Our recent studies showed that maintenance of protein tyrosine phosphorylation by PTP inhibition enhanced cell growth, clonogenic survival, and mutagenesis after a single low-level Cr(VI) exposure, thereby suggesting that tyrosine phosphorylation-dependent signaling may govern inappropriate survival in human lung fibroblasts (HLFs). Our goal is to identify specific phospho-tyrosine regulator(s)/ downstream effectors involved in enhanced survival after Cr(VI) exposure and PTP inhibition. Phosphotyrosine profiling array showed that PTP inhibition following Cr(VI) exposure increased tyrosine phosphorylation of specific proteins, such as FGR and ABL, which are upstream regulators of both Erk and Akt pathways. To explore the roles of these pathways in the PTP-induced increase in clonogenic survival after Cr(VI) exposure, we examined the effect of combined Akt1 and Erk1/2 knockdown via siRNA technology. Akt1 and/or Erk1/2 silencing had no effect on the PTP inhibitor-induced increase in survival following Cr(VI) exposure, suggesting the presence of non-Akt/non-Erk-mediated survival signaling. Interestingly, geldanamycin, an HSP90 inhibitor and non-specific Raf inhibitor, abrogated the PTP inhibitor-mediated increase in survival following Cr(VI) exposure and abolished the expression/activity of c-Raf and activity of Mek. These findings prompted us to explore upstream regulators of Erk, i.e., Ras, c-Raf and Mek for their potential roles in clonogenic survival. GW5074, a specific c-Raf kinase inhibitor did not alter the effect of the PTP inhibitor but decreased Cr(VI)-mediated clonogenic lethality, potentially though Mek hyperactivation. A genetic approach with a c/a Mek1 mutant also showed that Mek activity was not directly associated with the PTP inhibitor effect. Finally, a genetic approach with d/n or c/a Ras and c-Raf mutants, showed that Ras and c-Raf activities play a substantive role in enhancing clonogenic survival by PTP inhibition following Cr(VI) insult. In conclusion, these studies highlight a novel pro-survival mechanism for clonogenic survival in the face of genotoxic stress in the presence of PTP inhibition via an Erk/Mek-independent and Ras/c-Raf-dependent regulation in normal human lung fibroblasts.

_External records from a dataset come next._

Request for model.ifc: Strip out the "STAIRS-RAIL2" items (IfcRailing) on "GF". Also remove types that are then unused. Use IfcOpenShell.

First a look at what the model holds.

```python
import ifcopenshell
import ifcopenshell.util.element

model = ifcopenshell.open("model.ifc")
print(model.schema)
storey = next(s for s in model.by_type("IfcBuildingStorey") if s.Name == "GF")
railings = [e for e in ifcopenshell.util.element.get_decomposition(storey) if e.is_a("IfcRailing")]
seen = {}
for e in railings:
    element_type = ifcopenshell.util.element.get_type(e)
    name = element_type.Name if element_type not in (None, e) else None
    seen[name] = seen.get(name, 0) + 1
for name, count in sorted(seen.items(), key=str):
    print(count, "x", name)
```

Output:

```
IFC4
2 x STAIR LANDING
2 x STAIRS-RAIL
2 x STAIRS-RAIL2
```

```python
import ifcopenshell
import ifcopenshell.api.root
import ifcopenshell.util.element

model = ifcopenshell.open("model.ifc")

storey = next(s for s in model.by_type("IfcBuildingStorey") if s.Name == "GF")
railings = [e for e in ifcopenshell.util.element.get_decomposition(storey) if e.is_a("IfcRailing")]
targets = [e for e in railings if (t := ifcopenshell.util.element.get_type(e)) not in (None, e) and t.Name == "STAIRS-RAIL2"]
types = {ifcopenshell.util.element.get_type(e) for e in targets} - {None, *targets}

for e in targets:
    ifcopenshell.api.root.remove_product(model, product=e)
print(len(targets), "removed")

unused = [t for t in types if not ifcopenshell.util.element.get_types(t)]
for t in unused:
    ifcopenshell.api.root.remove_product(model, product=t)
print(len(unused), "unused types removed")

model.write("model_v2.ifc")
```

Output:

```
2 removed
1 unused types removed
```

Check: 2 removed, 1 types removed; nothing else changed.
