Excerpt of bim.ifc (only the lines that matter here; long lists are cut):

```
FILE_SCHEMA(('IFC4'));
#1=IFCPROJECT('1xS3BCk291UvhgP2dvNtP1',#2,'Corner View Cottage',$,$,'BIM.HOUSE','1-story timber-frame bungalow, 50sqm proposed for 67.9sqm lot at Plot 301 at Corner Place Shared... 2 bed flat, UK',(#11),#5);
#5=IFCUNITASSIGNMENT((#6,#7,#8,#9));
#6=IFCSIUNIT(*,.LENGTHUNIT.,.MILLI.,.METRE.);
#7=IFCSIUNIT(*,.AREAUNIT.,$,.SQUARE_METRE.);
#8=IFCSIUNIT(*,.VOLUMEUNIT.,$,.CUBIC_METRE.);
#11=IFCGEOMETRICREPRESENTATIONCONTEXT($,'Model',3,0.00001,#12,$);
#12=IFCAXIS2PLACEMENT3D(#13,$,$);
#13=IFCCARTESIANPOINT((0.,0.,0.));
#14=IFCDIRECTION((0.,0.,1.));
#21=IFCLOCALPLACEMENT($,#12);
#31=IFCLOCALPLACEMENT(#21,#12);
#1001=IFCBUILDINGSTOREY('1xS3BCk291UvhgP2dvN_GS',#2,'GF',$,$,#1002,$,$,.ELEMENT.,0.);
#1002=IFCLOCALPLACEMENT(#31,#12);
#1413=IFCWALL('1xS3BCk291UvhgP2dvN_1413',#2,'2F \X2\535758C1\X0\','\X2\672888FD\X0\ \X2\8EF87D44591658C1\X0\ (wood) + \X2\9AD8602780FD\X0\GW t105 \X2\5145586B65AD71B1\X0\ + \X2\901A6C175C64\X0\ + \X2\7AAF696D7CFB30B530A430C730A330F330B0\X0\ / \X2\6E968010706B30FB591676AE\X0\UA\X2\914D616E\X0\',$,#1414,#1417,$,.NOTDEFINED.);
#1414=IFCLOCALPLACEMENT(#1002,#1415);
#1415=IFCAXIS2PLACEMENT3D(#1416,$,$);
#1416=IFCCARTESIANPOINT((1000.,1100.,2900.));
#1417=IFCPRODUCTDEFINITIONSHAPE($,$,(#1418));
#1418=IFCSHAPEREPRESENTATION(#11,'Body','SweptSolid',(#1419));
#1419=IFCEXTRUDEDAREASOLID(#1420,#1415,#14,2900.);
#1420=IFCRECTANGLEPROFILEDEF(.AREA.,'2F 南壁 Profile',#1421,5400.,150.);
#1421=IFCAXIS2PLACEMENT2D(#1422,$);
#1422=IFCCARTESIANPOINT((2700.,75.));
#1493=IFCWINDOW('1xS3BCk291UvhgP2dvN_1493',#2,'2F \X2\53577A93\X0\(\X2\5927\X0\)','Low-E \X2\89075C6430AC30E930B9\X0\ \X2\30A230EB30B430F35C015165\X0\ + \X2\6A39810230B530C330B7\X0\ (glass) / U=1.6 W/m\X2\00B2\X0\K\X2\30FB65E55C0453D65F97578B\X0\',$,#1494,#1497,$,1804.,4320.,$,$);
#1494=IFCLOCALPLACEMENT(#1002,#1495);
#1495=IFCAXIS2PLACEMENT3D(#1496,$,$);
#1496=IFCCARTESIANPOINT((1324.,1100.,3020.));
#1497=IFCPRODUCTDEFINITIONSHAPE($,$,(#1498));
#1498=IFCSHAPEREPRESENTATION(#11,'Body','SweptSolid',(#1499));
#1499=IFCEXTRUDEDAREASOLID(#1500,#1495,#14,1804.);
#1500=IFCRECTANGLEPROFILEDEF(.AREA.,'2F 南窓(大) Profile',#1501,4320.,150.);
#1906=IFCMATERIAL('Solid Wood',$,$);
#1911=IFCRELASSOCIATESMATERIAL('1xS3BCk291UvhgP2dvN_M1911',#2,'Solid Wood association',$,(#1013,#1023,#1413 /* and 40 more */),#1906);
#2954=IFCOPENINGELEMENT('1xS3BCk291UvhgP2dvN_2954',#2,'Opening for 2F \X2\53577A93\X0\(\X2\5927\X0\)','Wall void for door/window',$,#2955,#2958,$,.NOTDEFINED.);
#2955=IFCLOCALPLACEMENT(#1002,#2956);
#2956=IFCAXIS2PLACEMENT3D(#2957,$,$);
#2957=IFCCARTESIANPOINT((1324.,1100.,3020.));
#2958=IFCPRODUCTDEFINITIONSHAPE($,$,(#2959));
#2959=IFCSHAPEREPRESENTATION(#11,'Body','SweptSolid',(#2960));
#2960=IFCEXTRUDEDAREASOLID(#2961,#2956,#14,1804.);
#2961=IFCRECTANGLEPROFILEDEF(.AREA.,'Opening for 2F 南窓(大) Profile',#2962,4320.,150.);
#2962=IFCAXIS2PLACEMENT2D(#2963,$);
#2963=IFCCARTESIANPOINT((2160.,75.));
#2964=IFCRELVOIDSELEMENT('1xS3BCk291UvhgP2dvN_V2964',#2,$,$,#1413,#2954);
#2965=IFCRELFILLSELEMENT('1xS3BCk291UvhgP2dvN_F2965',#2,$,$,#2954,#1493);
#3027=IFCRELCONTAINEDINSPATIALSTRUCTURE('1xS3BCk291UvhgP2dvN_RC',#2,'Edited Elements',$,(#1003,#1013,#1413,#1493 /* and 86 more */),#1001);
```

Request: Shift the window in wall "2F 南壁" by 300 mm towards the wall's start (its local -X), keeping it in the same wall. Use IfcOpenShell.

```python
import ifcopenshell
import ifcopenshell.api.geometry
import ifcopenshell.util.placement
import ifcopenshell.util.unit

model = ifcopenshell.open("bim.ifc")
unit_scale = ifcopenshell.util.unit.calculate_unit_scale(model)

window = model.by_guid("1xS3BCk291UvhgP2dvN_1493")
opening = window.FillsVoids[0].RelatingOpeningElement
wall = opening.VoidsElements[0].RelatingBuildingElement

wall_matrix = ifcopenshell.util.placement.get_local_placement(wall.ObjectPlacement)
shift = wall_matrix[:3, 0] * -0.3 / unit_scale
before = ifcopenshell.util.placement.get_local_placement(window.ObjectPlacement)[:3, 3].copy()

# The window is not placed relative to its opening, so move both.
for product in (opening, window):
    matrix = ifcopenshell.util.placement.get_local_placement(product.ObjectPlacement)
    matrix[:3, 3] += shift
    ifcopenshell.api.geometry.edit_object_placement(model, product=product, matrix=matrix, is_si=False)

after = ifcopenshell.util.placement.get_local_placement(window.ObjectPlacement)[:3, 3]
print("window moved by", (after - before).round(3) + 0.0)

model.write("bim_rev.ifc")
```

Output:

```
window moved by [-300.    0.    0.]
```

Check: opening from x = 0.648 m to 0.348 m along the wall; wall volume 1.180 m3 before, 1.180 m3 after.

我们最近的研究表明,通过抑制蛋白酪氨酸磷酸酶(PTP)来维持蛋白酪氨酸磷酸化,可增强细胞在单次低剂量六价铬(Cr(VI))暴露后的生长、克隆存活及诱变能力,从而表明酪氨酸磷酸化依赖性信号传导可能在人肺成纤维细胞(HLFs)的异常存活中起主导作用。我们的目标是确定在Cr(VI)暴露和PTP抑制后参与增强存活的特定磷酸化酪氨酸调节因子/下游效应器。磷酸酪氨酸谱分析阵列显示,Cr(VI)暴露后抑制PTP会增加特定蛋白(如FGR和ABL)的酪氨酸磷酸化,这些蛋白是Erk和Akt通路的上游调节因子。为了探究这些通路在Cr(VI)暴露后PTP诱导的克隆存活增加中的作用,我们通过小干扰RNA(siRNA)技术检测了联合敲低Akt1和Erk1/2的效果。敲低Akt1和/或Erk1/2对PTP抑制剂诱导的Cr(VI)暴露后存活增加没有影响,这表明存在非Akt/非Erk介导的存活信号。有趣的是,格尔德霉素(一种HSP90抑制剂和非特异性Raf抑制剂)消除了PTP抑制剂介导的Cr(VI)暴露后存活增加,并消除了c-Raf的表达/活性以及Mek的活性。这些发现促使我们探究Erk的上游调节因子,即Ras、c-Raf和Mek在克隆存活中的潜在作用。GW5074(一种特异性c-Raf激酶抑制剂)并未改变PTP抑制剂的作用,但降低了Cr(VI)介导的克隆致死率,可能是通过Mek的过度激活。使用c/a Mek1突变体的遗传学方法也表明,Mek活性与PTP抑制剂的作用没有直接关联。最后,使用d/n或c/a Ras和c-Raf突变体的遗传学方法表明,在Cr(VI)损伤后,通过抑制PTP增强克隆存活的过程中,Ras和c-Raf的活性发挥了重要作用。总之,这些研究突出了一种新的促存活机制,即在正常人类肺成纤维细胞中,在PTP抑制存在的情况下,通过不依赖Erk/Mek和依赖Ras/c-Raf的调节,在基因毒性应激下实现克隆存活。